ヴィルの言葉に、教皇は満足そうに頷いている。


「よくぞ申してくれました。さすがに軍神と言われるお方だけありますね。よろしい。あなたにすべてをお任せいたしましょう。存分に采配をお振るいください。我が教国も、支援は惜しみません。何かあれば何なりとご相談ください。カッセル、あなたを私の名代に任じます。くれぐれも頼みましたよ」


「ハハッ、不肖の身ではありますが、我が身命を賭して……」


恭しく頭を下げるカッセルを、にこやかな笑みで眺めながら教皇は、ゆっくりと席を立つ。


「年老いた私にできることなどありませんが……できるだけ、あなた方の作戦が計画通りに進むよう、手助けしていくことに致しましょう」


そんな言葉を残して、教皇は枢機卿たちを伴って部屋を後にしていった。


「……ふぅー。やれやれ」


教皇を見送った後、カッセルはさも疲れたといわんばかりの表情を浮かべながら、席にドカッと座る。その様子をヴィルは、口元だけをゆがめた表情で眺めている。


「いつもながら回りくどいことです。教皇聖下は、こういう重大なことに関しては基本的に、ご自身の考えを仰らない。いつも枢機卿の誰かが気を利かして今後の展開を述べなきゃいけない。茶番劇ですが、これがなかなか疲れるのですよ」


「ですが、カッセル殿のお話は、どうやら教皇聖下の思惑と一致していたようですね」


「まあ……ね」


カッセルは意地悪そうな笑みを一瞬浮かべたが、すぐに元の表情に戻って椅子に座り直し、姿勢を正して再びヴィルに話しかける。


「ところで、作戦の方は、順調なのですか?」


「ええ、それはもう。
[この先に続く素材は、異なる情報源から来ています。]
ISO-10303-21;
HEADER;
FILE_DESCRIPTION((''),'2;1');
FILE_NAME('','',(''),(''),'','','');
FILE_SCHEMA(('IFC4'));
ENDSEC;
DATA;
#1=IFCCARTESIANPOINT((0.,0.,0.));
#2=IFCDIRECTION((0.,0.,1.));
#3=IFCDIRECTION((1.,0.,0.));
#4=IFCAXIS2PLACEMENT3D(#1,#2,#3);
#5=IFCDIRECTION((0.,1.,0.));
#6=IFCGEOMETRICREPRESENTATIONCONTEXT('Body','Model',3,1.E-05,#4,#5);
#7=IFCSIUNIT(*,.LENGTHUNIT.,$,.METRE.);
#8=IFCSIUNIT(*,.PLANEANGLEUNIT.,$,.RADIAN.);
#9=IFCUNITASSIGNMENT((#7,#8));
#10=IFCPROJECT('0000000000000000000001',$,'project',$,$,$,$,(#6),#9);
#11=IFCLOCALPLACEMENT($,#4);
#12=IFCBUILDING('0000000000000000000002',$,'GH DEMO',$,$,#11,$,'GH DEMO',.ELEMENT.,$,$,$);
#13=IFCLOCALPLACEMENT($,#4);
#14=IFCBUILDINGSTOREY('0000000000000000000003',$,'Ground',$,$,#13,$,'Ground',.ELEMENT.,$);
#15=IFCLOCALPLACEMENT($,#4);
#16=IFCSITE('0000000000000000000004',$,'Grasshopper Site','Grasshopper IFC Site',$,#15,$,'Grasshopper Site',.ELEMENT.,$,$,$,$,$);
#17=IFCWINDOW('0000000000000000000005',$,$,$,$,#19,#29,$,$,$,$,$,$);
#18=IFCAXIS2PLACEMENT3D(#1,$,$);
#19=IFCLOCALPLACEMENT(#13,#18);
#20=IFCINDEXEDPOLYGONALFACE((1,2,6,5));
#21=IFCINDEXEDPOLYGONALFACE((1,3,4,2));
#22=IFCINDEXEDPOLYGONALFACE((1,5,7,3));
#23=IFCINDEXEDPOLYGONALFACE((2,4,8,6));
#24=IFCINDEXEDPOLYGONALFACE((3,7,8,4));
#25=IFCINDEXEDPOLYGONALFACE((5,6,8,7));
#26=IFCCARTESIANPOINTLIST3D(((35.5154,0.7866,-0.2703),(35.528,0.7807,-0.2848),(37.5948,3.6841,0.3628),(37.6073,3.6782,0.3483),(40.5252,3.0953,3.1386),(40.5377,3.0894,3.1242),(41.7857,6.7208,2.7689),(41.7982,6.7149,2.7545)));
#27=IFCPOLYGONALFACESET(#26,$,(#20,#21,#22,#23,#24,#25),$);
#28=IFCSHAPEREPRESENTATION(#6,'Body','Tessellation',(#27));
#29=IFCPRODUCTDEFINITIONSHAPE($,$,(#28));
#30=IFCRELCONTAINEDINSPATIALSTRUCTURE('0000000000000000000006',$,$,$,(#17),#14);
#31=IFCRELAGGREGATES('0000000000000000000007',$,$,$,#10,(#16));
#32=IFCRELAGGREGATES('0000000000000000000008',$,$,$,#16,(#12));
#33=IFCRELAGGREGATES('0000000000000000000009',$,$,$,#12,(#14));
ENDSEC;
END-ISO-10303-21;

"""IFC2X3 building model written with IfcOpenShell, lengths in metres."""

from ifc_helpers import new_model, si_unit, direction, frame, origin_with_axes, place, context, project, spatial, polyline, outline, extrude, element, save


model = new_model("IFC2X3")

# Units and contexts
model_context = context("Model", 3, precision=1e-05, world=origin_with_axes(), true_north=direction((0.0, 1.0, 0.0)), identifier="Body")
ifc_project = project(units=[si_unit("LENGTHUNIT", "METRE"), si_unit("PLANEANGLEUNIT", "RADIAN")], contexts=[model_context])

# Site, building, storey
site_placement = place(None, origin_with_axes())
site = spatial("IfcSite", under=ifc_project, at=site_placement, Name="Grasshopper Site", Description="Grasshopper IFC Site", LongName="Grasshopper Site", CompositionType="ELEMENT")
building_placement = place(None, origin_with_axes())
building = spatial("IfcBuilding", under=site, at=building_placement, Name="GH DEMO", LongName="GH DEMO", CompositionType="ELEMENT")
storey_placement = place(None, origin_with_axes())
storey = spatial("IfcBuildingStorey", under=building, at=storey_placement, Name="Ground", LongName="Ground", CompositionType="ELEMENT")

# Window
window_1_placement = place(None, origin_with_axes())
element("IfcWindow", 1, at=window_1_placement, inside=storey, context=model_context, shape_type="SweptSolid", body=[
    extrude(outline(polyline([(0.0, 0.0), (5.7074, 0.0), (3.0087, 2.7544), (-3.3354, 1.4125), (0.0, 0.0)])), frame((37.5948, 3.6841, 0.3628), z_axis=(0.626319, -0.291483, -0.723023), x_axis=(0.734289, 0.532061, 0.421581)), (0.0, 0.0, 1.0), 0.02),
])

save(model, "model.ifc")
すでに準備は整っております。他にもいくつかの作戦が進行中です。問題はありません」


「そうですか。それでは、教皇聖下の許に参ります。できるだけ、あのお方の力を利用しなくては……。労力は、最小限にしたいですからね」


「同感です」


二人は顔を見合わせながら、クスクスと笑い合った。この二日後、クリミアーナ教国の首都、アフロディーテから一人の使者が送られ、同時にその裏で、ある作戦が実行された。その内容と意図をリノスたちは知る由もなかった……。